Combining that with "we're about to run out of runway", and this results in a
really bad picture.

I don't know what exactly is right for you - you'll have to make that
judgement call yourself - but if I were in your place, unless there is some
really significant information you're not telling us in this post, I would
revise your estimate of "I 'm at a startup in New York that has, in my
opinion, an excellent product that is near launch" - you're at a startup that
has a product that's probably 1-3 years away from being able to make
significant amounts of money, unless you have a crazy awesome sales force that
can sell ice to an eskimo.

In view of that, you should definitely take every step to plan for the likely
failure of this start-up. If you've built a product that needs to be perfect
from day one, you've built a product that's probably going to fail (and if
that's an inherent requirement of the product category, then it's not a good
product category for a start-up).

So, looking at your specific questions:

1) Assume it won't launch at all. What can you salvage? Well, actually, you do
have a lot to show for it. If you worked at a large corp and built a product
for them that they never launched, you wouldn't have "nothing to show for it".
You must have learned a lot on the way. I know (from personal experience) it's
hard to be positive when your startup is falling apart, but it's really a
matter of perspective. Discuss this with a positive, can-do friend who'll help
you bring out the positives if you ever need to interview.

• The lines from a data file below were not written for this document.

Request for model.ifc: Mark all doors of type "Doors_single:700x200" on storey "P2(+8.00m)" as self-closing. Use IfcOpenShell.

First a look at what the model holds.

```python
import ifcopenshell
import ifcopenshell.util.element

model = ifcopenshell.open("model.ifc")
print(model.schema)
storey = next(s for s in model.by_type("IfcBuildingStorey") if s.Name == "P2(+8.00m)")
doors = [e for e in ifcopenshell.util.element.get_decomposition(storey) if e.is_a("IfcDoor")]
seen = {}
for e in doors:
    element_type = ifcopenshell.util.element.get_type(e)
    key = (element_type.Name if element_type != e and element_type else None, ifcopenshell.util.element.get_pset(e, "Pset_DoorCommon", "SelfClosing"))
    seen[key] = seen.get(key, 0) + 1
for (name, value), count in sorted(seen.items(), key=str):
    print(count, "x", name, "|", value)
```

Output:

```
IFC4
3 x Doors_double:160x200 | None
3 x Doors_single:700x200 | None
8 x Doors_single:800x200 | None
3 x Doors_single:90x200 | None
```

```python
import ifcopenshell
import ifcopenshell.api.pset
import ifcopenshell.util.element

model = ifcopenshell.open("model.ifc")

storey = next(s for s in model.by_type("IfcBuildingStorey") if s.Name == "P2(+8.00m)")
doors = [e for e in ifcopenshell.util.element.get_decomposition(storey) if e.is_a("IfcDoor")]

count = 0
for e in doors:
    element_type = ifcopenshell.util.element.get_type(e)
    if element_type in (None, e) or element_type.Name != "Doors_single:700x200":
        continue
    # add_pset returns the element's existing set when there is one.
    pset = ifcopenshell.api.pset.add_pset(model, product=e, name="Pset_DoorCommon")
    ifcopenshell.api.pset.edit_pset(model, pset=pset, properties={"SelfClosing": True})
    count += 1

print(count, "doors updated")

model.write("model_v2.ifc")
```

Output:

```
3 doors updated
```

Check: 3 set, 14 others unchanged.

2) See earlier comments. You can't recover from that damage - you need to
launch and iterate. If you can't launch and iterate, you're dead in the water.

3) That's all a matter of how you sell yourself. I would suggest looking for
other start-ups to join though. They definitely won't look down on your
experience as "worthless". Some corporate departments might - but those are
probably not the ones you want to work at anyway. Others are desperate to hire
"entrepreneurial people". If you sell your experience right you should be able
to make it worth your while.

4) That's not really related to the rest of the post. Forget about that for
now and focus on the cataclysm unfolding around you. You'll need all your wits
on the present moment.

PS: Feel free to come hang around in #startups on freenode for further
discussion of this.

------
arghnoname
I'm not going to address your specific questions (I lack the proper
experience), but I'll question an assumption.

I once worked on a project where the main developer was fired after 3 _years_
of failing to get the product out the door. There was a lot of code, and it
was colossally bad. Worse than anything I had ever seen on The Daily WTF. I
and another developer that were put on this project to take it over begged and
pleaded that it just had to be rewritten.

We were denied. They didn't know how bad it was, surely. We tried going over
heards. We made presentations. We e-mailed around particularly egregious
examples, but this was a codebase where the total awful was greater than the
sum of the individual horrors, so to speak.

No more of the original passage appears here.